Erdogan Offers Citizenship to Refugees From Syria and Iraq

Turkish President Recep Tayyip ErdoganTurkish President Recep Tayyip Erdogan

Turkish President Recep Tayyip Erdogan has announced that some Syrian and Iraqi refugees who pass a screening process will be granted Turkish citizenship.

In a speech broadcast on television on Friday, Erdogan said that security checks would be carried out to determine who among the millions who fled war in their home countries were eligible for citizenship, Aljazeera reported.

“Our interior ministry is carrying out work, and under this work, some of them will be granted our nationality after all the necessary checks have been carried out,” he said.

“There are highly qualified people among them; there are engineers, lawyers, doctors. Let’s make use of that talent ... Instead of letting them work illegally here and there, let’s give them the chance to work as citizens like the children of this nation.”

Erdogan added that the ministry “is ready to implement the measure at any time”. But he gave no further details, notably about how many would gain Turkish nationality.

According to Turkish government figures, the country is hosting more than three million Syrians and Iraqis who have fled conflict.
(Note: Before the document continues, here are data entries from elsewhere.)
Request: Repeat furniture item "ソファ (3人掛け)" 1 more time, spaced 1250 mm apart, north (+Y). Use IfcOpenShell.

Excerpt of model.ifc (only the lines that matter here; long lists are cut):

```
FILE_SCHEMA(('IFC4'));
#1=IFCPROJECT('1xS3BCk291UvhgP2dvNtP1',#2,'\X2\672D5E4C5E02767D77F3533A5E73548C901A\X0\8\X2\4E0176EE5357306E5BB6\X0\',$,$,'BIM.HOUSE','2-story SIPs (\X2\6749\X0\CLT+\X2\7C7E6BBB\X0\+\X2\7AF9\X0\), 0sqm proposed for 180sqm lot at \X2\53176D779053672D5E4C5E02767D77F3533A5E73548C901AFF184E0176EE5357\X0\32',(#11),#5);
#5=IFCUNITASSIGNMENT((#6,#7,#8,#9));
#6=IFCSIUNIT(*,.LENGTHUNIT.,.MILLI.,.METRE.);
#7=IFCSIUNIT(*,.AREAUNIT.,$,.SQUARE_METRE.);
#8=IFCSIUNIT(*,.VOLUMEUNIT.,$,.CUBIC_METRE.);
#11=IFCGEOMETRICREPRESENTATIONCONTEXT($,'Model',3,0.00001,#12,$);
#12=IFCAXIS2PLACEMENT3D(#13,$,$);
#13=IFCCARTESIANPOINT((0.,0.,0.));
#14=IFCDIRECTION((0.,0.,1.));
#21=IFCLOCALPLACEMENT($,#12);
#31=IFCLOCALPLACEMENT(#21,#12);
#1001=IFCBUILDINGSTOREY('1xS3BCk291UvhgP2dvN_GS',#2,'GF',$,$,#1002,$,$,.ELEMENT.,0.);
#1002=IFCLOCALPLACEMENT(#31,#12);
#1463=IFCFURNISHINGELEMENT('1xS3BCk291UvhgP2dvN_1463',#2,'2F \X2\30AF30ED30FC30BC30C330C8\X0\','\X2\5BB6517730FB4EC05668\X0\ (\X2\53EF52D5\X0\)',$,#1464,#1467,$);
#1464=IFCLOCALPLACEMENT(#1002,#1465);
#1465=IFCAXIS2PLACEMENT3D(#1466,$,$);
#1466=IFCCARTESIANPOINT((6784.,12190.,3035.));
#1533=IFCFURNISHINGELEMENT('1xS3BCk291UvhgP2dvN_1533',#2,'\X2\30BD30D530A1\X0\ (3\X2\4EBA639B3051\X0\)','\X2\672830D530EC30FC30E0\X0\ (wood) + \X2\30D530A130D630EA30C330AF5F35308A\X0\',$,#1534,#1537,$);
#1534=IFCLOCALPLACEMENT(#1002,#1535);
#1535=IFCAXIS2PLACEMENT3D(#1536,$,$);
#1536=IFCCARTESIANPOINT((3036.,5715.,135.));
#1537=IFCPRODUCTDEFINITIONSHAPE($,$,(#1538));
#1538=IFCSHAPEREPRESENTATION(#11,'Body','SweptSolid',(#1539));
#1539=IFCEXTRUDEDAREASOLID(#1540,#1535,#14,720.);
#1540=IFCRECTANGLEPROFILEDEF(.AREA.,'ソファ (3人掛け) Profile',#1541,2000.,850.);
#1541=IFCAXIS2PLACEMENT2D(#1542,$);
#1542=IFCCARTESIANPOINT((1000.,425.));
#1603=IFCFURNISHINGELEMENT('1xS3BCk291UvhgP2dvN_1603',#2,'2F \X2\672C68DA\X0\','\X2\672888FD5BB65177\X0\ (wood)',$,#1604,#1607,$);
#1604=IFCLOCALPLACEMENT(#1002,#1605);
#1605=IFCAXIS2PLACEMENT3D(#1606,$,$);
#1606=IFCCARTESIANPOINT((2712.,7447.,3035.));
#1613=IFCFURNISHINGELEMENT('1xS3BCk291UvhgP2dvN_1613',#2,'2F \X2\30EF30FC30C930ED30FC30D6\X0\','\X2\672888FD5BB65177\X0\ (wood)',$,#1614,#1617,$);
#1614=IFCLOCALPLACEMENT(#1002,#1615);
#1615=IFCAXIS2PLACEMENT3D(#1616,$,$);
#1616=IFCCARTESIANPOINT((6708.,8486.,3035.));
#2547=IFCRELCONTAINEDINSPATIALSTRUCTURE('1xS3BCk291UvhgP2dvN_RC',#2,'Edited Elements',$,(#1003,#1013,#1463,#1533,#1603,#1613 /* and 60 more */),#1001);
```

```python
import numpy as np
import ifcopenshell
import ifcopenshell.api.geometry
import ifcopenshell.api.root
import ifcopenshell.util.element
import ifcopenshell.util.placement

model = ifcopenshell.open("model.ifc")


def reuse_history(source, copy):
    """copy_class also copies each property set's owner history, people and application; keep the originals."""
    for rel in copy.IsDefinedBy:
        if rel.is_a("IfcRelDefinesByProperties") and (history := rel.RelatingPropertyDefinition.OwnerHistory):
            rel.RelatingPropertyDefinition.OwnerHistory = source.OwnerHistory
            ifcopenshell.util.element.remove_deep2(model, history)


source = model.by_guid("1xS3BCk291UvhgP2dvN_1533")
base = ifcopenshell.util.placement.get_local_placement(source.ObjectPlacement)
step = np.array([0.0, 1.0, 0.0]) * 1250.0

for i in range(1, 2):
    copy = ifcopenshell.api.root.copy_class(model, product=source)
    copy.Representation = ifcopenshell.util.element.copy_deep(
        model, source.Representation, exclude=["IfcGeometricRepresentationContext", "IfcRepresentationMap"]
    )
    reuse_history(source, copy)
    matrix = base.copy()
    matrix[:3, 3] += i * step
    print("added at", matrix[:3, 3].round(3) + 0.0)
    ifcopenshell.api.geometry.edit_object_placement(model, product=copy, matrix=matrix, is_si=False)

model.write("model_v2.ifc")
```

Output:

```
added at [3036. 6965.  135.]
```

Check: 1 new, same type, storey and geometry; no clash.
The Turkish leader outlined a naturalization plan last summer but the idea was met with angry protests and xenophobic comments on social media.

The country’s political opposition saw the plan as a scheme to widen Erdogan’s electoral basis at a time when he is pushing for constitutional reform to strengthen his powers.
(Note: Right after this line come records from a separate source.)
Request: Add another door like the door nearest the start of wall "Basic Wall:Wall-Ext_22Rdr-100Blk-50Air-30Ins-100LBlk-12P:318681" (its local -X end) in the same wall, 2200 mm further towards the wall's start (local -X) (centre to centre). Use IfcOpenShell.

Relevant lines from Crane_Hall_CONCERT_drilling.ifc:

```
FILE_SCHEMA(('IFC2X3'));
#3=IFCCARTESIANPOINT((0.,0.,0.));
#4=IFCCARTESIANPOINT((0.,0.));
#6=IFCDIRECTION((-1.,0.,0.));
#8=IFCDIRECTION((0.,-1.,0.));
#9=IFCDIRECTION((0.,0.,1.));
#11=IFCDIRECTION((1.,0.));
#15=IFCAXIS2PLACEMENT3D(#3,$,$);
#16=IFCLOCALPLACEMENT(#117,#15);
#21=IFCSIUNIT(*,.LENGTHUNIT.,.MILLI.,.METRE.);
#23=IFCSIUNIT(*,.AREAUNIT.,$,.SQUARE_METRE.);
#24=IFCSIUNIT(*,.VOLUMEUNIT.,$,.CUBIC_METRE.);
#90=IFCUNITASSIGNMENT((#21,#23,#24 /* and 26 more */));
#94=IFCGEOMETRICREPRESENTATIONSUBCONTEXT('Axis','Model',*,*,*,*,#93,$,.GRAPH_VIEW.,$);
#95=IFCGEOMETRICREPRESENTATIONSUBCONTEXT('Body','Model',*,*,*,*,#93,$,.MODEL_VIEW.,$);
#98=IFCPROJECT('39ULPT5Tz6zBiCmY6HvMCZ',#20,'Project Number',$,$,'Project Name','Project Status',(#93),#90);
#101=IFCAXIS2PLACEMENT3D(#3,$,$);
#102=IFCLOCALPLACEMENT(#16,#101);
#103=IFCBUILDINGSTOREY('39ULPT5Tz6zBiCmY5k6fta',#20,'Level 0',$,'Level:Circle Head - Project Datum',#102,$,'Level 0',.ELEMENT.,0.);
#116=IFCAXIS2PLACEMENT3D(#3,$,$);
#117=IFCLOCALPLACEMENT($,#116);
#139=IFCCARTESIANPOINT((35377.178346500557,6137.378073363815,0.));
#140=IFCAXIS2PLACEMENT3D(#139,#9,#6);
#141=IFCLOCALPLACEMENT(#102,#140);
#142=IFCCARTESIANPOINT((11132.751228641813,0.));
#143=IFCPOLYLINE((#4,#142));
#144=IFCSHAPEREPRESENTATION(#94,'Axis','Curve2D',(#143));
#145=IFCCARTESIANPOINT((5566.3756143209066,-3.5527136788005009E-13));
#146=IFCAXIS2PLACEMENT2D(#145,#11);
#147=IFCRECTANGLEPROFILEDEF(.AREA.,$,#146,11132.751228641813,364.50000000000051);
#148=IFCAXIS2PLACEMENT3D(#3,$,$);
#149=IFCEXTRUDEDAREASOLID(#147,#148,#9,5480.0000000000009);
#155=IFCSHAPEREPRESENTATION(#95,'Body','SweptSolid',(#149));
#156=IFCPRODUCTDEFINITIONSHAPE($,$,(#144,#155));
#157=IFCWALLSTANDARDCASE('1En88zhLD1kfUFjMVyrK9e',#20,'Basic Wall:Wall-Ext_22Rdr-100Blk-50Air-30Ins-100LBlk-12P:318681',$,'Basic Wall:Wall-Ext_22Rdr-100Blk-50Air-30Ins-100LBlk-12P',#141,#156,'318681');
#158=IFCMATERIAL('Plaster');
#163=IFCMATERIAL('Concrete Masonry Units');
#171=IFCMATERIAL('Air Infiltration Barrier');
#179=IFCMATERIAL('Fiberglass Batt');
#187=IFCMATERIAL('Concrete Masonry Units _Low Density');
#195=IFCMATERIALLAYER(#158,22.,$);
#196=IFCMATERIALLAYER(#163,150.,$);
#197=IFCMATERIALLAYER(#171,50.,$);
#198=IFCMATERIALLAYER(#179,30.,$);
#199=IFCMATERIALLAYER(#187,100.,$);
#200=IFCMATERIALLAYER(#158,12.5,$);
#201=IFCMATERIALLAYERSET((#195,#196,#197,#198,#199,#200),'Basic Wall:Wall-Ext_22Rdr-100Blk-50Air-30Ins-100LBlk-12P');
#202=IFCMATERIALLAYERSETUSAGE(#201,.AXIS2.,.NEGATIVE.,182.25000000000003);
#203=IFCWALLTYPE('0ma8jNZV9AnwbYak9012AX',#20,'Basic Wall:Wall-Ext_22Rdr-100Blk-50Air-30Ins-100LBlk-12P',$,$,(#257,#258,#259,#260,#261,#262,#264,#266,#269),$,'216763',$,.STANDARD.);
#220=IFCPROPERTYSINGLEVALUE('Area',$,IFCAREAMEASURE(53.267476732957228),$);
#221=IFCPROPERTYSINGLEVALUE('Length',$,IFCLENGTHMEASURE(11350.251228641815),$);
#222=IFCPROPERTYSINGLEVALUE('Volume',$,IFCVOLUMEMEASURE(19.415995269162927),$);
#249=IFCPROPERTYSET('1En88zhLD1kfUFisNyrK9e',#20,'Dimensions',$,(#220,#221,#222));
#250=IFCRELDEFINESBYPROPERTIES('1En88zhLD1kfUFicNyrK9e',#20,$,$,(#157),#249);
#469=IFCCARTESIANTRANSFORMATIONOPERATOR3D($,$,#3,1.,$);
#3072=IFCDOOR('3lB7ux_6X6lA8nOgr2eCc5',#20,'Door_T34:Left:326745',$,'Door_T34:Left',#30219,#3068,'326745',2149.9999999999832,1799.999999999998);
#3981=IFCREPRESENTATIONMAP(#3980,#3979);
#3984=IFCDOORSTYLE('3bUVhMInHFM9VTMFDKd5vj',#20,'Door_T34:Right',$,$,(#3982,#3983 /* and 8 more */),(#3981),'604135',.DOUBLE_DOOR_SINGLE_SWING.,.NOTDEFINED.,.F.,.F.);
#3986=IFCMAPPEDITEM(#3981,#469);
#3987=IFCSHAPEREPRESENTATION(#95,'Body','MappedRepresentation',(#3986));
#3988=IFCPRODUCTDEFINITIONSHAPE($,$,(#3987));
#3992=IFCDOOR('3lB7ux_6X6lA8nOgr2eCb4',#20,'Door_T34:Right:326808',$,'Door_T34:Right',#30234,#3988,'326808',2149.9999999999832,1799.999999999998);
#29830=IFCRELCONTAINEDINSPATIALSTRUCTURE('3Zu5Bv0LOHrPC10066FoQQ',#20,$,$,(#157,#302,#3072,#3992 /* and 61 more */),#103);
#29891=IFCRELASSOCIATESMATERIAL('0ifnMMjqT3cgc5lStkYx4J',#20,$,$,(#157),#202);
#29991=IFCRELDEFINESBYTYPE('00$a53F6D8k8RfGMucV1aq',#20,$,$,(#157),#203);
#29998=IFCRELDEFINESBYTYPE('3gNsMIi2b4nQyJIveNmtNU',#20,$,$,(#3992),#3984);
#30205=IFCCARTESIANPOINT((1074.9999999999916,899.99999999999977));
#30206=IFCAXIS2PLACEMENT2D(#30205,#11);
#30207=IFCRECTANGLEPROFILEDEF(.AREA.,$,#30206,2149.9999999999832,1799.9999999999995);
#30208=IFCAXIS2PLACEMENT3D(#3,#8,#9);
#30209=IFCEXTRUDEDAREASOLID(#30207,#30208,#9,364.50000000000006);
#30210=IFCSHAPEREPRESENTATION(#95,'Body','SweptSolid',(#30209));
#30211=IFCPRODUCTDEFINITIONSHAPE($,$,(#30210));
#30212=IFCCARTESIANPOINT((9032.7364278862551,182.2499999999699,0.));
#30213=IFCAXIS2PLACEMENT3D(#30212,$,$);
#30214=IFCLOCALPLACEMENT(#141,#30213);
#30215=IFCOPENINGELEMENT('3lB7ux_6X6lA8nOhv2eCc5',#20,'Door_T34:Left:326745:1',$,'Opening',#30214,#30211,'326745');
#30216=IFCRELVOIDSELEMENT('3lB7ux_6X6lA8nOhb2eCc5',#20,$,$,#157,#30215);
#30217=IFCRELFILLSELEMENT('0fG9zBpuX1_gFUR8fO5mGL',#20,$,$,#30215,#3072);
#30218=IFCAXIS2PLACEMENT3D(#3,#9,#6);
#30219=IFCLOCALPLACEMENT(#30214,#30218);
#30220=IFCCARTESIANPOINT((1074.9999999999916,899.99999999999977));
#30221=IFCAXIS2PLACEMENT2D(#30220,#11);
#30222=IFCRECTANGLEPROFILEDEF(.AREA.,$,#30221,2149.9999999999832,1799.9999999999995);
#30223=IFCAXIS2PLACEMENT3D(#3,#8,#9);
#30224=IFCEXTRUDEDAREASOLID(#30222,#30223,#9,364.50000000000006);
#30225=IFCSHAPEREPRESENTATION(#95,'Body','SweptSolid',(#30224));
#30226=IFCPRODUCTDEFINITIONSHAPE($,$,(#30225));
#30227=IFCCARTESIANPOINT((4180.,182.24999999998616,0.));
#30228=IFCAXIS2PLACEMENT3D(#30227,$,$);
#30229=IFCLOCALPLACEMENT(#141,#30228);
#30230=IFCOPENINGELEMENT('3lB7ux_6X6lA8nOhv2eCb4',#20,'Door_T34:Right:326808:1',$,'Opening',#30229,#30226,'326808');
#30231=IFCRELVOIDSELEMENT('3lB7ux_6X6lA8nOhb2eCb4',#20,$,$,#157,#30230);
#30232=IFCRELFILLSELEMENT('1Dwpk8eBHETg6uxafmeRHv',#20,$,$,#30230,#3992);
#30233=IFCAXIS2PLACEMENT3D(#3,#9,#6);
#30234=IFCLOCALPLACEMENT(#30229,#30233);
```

```python
import ifcopenshell
import ifcopenshell.api.feature
import ifcopenshell.api.geometry
import ifcopenshell.api.pset
import ifcopenshell.api.root
import ifcopenshell.geom
import ifcopenshell.util.element
import ifcopenshell.util.placement
import ifcopenshell.util.shape
import ifcopenshell.util.unit

model = ifcopenshell.open("Crane_Hall_CONCERT_drilling.ifc")
unit_scale = ifcopenshell.util.unit.calculate_unit_scale(model)
area_scale = ifcopenshell.util.unit.calculate_unit_scale(model, "AREAUNIT")
volume_scale = ifcopenshell.util.unit.calculate_unit_scale(model, "VOLUMEUNIT")
settings = ifcopenshell.geom.settings()


def volume(element):
    """Net volume in cubic metres, openings subtracted."""
    shape = ifcopenshell.geom.create_shape(settings, element)
    return ifcopenshell.util.shape.get_volume(shape.geometry)


def reuse_history(source, copy):
    """copy_class also copies each property set's owner history, people and application; keep the originals."""
    for rel in copy.IsDefinedBy:
        if rel.is_a("IfcRelDefinesByProperties") and (history := rel.RelatingPropertyDefinition.OwnerHistory):
            rel.RelatingPropertyDefinition.OwnerHistory = source.OwnerHistory
            ifcopenshell.util.element.remove_deep2(model, history)


door = model.by_id(3992)
opening = door.FillsVoids[0].RelatingOpeningElement
wall = opening.VoidsElements[0].RelatingBuildingElement
before = volume(wall)
shift = ifcopenshell.util.placement.get_local_placement(wall.ObjectPlacement)[:3, 0] * -2.2 / unit_scale

# copy_class copies the void relationship, type, container and properties, but no geometry.
new_opening = ifcopenshell.api.root.copy_class(model, product=opening)
new_opening.Representation = ifcopenshell.util.element.copy_deep(
    model, opening.Representation, exclude=["IfcGeometricRepresentationContext", "IfcRepresentationMap"]
)
new_opening.Name = "Door_T34:Right"
new_opening.Tag = None
new_door = ifcopenshell.api.root.copy_class(model, product=door)
new_door.Representation = ifcopenshell.util.element.copy_deep(
    model, door.Representation, exclude=["IfcGeometricRepresentationContext", "IfcRepresentationMap"]
)
new_door.Name = "Door_T34:Right"
new_door.Tag = None
reuse_history(door, new_door)
fills = ifcopenshell.api.feature.add_filling(model, opening=new_opening, element=new_door)
fills.OwnerHistory = new_door.OwnerHistory  # required in IFC2X3

for old, new in ((opening, new_opening), (door, new_door)):
    matrix = ifcopenshell.util.placement.get_local_placement(old.ObjectPlacement)
    matrix[:3, 3] += shift
    ifcopenshell.api.geometry.edit_object_placement(model, product=new, matrix=matrix, is_si=False)

after = volume(wall)
thickness = 0.3645  # wall thickness in metres

# Update the wall's stored quantities.
pset = model.by_id(ifcopenshell.util.element.get_pset(wall, "Dimensions", should_inherit=False)["id"])
ifcopenshell.api.pset.edit_pset(model, pset=pset, properties={
    "Area": model.create_entity("IfcAreaMeasure", after / thickness / area_scale),
    "Volume": model.create_entity("IfcVolumeMeasure", after / volume_scale),
})

print(f"wall volume {before:.3f} -> {after:.3f} m3")

model.write("Crane_Hall_CONCERT_drilling_updated.ifc")
```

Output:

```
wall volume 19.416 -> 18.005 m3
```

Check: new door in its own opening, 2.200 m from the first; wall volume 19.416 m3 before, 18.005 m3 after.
 Aftermath of Attempted Coups

Turkey has dismissed more than 6,000 people and ordered the closure of dozens of associations under the state of emergency imposed after the failed coup in July, in a purge that showed no sign of slowing.

More than 100,000 people have already been suspended or sacked so far in a crackdown on those alleged to have links to coup plotters while dozens of media outlets have been shut down.

The dismissals are permitted under the state of emergency, which was extended by another three months in October, and was originally imposed in the wake of the coup.

But its scope has been vehemently criticized by the European Union and human rights activists.

The three decrees also ordered the closure of more than 80 associations accused of “activities affecting the security of the state”.

Critics have claimed that the crackdown goes well beyond the suspected coup plotters and targets anyone who has dared show opposition to Erdogan.

 Turkish PM Visits Iraq

Iraq’s state TV says the Turkish Prime Minister Binali Yildirim has arrived in Baghdad in his first visit since the two governments quarreled over the presence of unauthorized Turkish troops in northern Iraq.

The Saturday report did not give details on the schedule of Binali Yildirim’s two-day visit. On his Twitter account, the Turkish Ambassador to Baghdad, Faruk Kaymakci, said, “We hope that his visit will open a new chapter in Turkey-Iraq relations.”

The presence of some 500 Turkish troops in the Bashiqa region, northeast of Mosul, has stirred tension with Baghdad since late last year.

Iraq says they are in “blatant violation” of Iraqi sovereignty and had demanded their withdrawal. Turkey says the troops were invited by Iraqi forces and has ignored the calls.